Hyperammonemia and Liver Failure
In adults, Acute Hyperammonemia is most commonly caused due to Fulminant hepatic failure. Every year, approximately 2,000 cases of this condition are found to result from liver failure. Liver failure can result from diverse factors such as,
- Acetaminophen toxicity
- Drug reactions
- Viral hepatitis (A or B)
- Idiopathic causes
- Viral infections
- Autoimmune diseases
- Vascular diseases
- Pregnancy-related conditions (such as Eclampsia)
- Toxins (such as herbs and mushrooms)
The liver is an important organ that is mainly responsible for the degradation of ammonia. Liver dysfunction leads to improper metabolizing and elimination of ammonia. This results in reduced ammonia removal from the human body.
The diagnosis of Hyperammonemia involves identifying the cause of the condition. Medical examination should include:
- Liver function tests
- Coagulation tests
- Measurement of acetaminophen levels
- Viral serologies
In case of a suspected IEM, patients should undergo medical tests that evaluate the levels of organic acid, amino acids and orotic acid in the urine. A liver biopsy may be considered for confirmation of the diagnosis of the disease. Quantitative plasma and Carnitine evaluation should also be done.
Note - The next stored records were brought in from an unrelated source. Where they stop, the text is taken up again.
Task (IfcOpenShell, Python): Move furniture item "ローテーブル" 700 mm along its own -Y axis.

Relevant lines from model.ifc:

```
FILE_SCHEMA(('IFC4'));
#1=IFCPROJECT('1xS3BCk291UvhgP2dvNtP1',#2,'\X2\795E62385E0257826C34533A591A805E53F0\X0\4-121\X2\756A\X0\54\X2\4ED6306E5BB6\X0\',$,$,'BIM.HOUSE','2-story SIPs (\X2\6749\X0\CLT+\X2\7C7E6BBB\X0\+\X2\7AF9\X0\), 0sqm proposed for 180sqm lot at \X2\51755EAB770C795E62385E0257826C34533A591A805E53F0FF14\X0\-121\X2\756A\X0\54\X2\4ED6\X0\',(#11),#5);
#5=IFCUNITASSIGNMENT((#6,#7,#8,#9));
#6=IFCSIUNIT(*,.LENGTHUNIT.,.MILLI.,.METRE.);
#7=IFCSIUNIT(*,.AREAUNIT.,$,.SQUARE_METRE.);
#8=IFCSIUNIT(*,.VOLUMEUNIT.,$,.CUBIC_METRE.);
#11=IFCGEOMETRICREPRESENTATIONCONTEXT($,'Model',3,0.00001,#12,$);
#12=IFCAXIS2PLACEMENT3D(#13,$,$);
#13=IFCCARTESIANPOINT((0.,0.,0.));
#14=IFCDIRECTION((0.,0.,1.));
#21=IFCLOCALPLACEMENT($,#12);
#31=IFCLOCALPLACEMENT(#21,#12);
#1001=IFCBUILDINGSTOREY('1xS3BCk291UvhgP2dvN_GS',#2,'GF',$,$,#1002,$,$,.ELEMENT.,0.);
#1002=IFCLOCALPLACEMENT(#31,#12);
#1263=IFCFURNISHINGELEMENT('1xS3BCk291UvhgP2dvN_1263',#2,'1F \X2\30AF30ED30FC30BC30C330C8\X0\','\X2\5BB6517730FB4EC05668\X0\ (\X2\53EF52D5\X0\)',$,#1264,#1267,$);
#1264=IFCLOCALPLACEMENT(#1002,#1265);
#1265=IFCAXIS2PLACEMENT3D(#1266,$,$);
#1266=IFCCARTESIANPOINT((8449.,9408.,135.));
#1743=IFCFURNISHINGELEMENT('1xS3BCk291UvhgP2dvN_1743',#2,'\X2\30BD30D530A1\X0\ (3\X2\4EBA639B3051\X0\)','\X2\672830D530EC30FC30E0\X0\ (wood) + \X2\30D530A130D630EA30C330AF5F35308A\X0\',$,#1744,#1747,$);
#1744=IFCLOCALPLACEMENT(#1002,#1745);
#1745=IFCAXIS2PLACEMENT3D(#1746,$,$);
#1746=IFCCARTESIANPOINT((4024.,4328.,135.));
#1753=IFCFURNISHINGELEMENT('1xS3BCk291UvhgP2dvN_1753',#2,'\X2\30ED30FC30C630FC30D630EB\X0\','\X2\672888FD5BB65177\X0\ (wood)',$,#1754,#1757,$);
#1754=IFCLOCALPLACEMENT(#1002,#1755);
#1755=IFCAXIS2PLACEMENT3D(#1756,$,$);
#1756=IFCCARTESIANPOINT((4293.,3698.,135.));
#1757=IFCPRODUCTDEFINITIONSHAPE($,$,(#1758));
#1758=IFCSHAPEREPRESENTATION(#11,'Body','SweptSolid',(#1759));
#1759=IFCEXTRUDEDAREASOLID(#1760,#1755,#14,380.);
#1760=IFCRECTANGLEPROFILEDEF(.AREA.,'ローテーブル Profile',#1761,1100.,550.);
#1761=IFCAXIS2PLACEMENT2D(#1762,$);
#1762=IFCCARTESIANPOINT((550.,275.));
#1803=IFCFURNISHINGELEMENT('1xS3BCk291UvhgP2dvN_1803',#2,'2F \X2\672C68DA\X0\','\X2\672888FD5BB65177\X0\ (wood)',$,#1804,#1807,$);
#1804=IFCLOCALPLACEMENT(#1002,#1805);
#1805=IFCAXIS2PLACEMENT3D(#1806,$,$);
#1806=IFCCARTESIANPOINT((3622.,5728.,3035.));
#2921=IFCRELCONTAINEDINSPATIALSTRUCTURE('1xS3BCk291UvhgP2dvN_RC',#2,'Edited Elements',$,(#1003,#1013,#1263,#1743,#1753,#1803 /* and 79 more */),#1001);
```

```python
import ifcopenshell
import ifcopenshell.api.geometry
import ifcopenshell.util.placement

model = ifcopenshell.open("model.ifc")

item = model.by_guid("1xS3BCk291UvhgP2dvN_1753")
matrix = ifcopenshell.util.placement.get_local_placement(item.ObjectPlacement)
matrix[:3, 3] -= matrix[:3, 1] * 700.0
ifcopenshell.api.geometry.edit_object_placement(model, product=item, matrix=matrix, is_si=False)

print(ifcopenshell.util.placement.get_local_placement(item.ObjectPlacement).round(3) + 0.0)

model.write("model_v2.ifc")
```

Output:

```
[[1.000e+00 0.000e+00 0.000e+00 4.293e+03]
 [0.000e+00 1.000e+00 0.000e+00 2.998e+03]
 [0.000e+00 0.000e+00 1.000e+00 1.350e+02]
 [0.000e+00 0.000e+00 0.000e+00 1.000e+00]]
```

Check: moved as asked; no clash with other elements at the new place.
If an acute liver failure is suspected due to drug usage, the social history should be considered and a careful medical treatment has to be carried out. Abdominal CT scanning may help in an accurate diagnosis.
Hyperammonemia Differential Diagnosis
The differential diagnosis of Hyperammonemia should aim at distinguishing the condition from other similar disorders, such as
- Portal vein thrombosis
- Fatty infiltration
Primary cases of the condition should be differentiated from Urea Cycle Defects and Transient Hyperammonemia of the Newborn. Secondary cases should be distinguished from Organic Acidopathies, Fatty Acid Oxidation Defects and Reye’s Syndrome.
The treatment of Hyperammonemia aims at restricting the intake of ammonia as well as increasing its excretion. Physicians make this possible by prescribing pharmacologic agents like Sodium benzoate and Intravenous Sodium Phenylacetate. These are commonly used as adjunctive therapy for curing the condition in patients suffering from deficiency of Urea Cycle Enzyme.
If left untreated, this condition may give rise to an acute brain disorder known as Encephalopathy. The condition involves 100% mortality in the absence of cure. However, the prognosis can be good if the problem is treated properly and in time.
People suffering from chronic disorders are at a life-long risk of suffering from Hyperammonemia episodes. For such patients, management involves long-time follow up and monitoring of the ammonia levels. A multidisciplinary approach, involving Genetic, Dietary, Metabolic, Pediatric and Neurological factors, needs to be followed for this disease. Specific supportive plans need to be used for dealing with acute episodes. Therapies used for this disorder need to focus on controlling the symptoms and avoiding its acute episodes.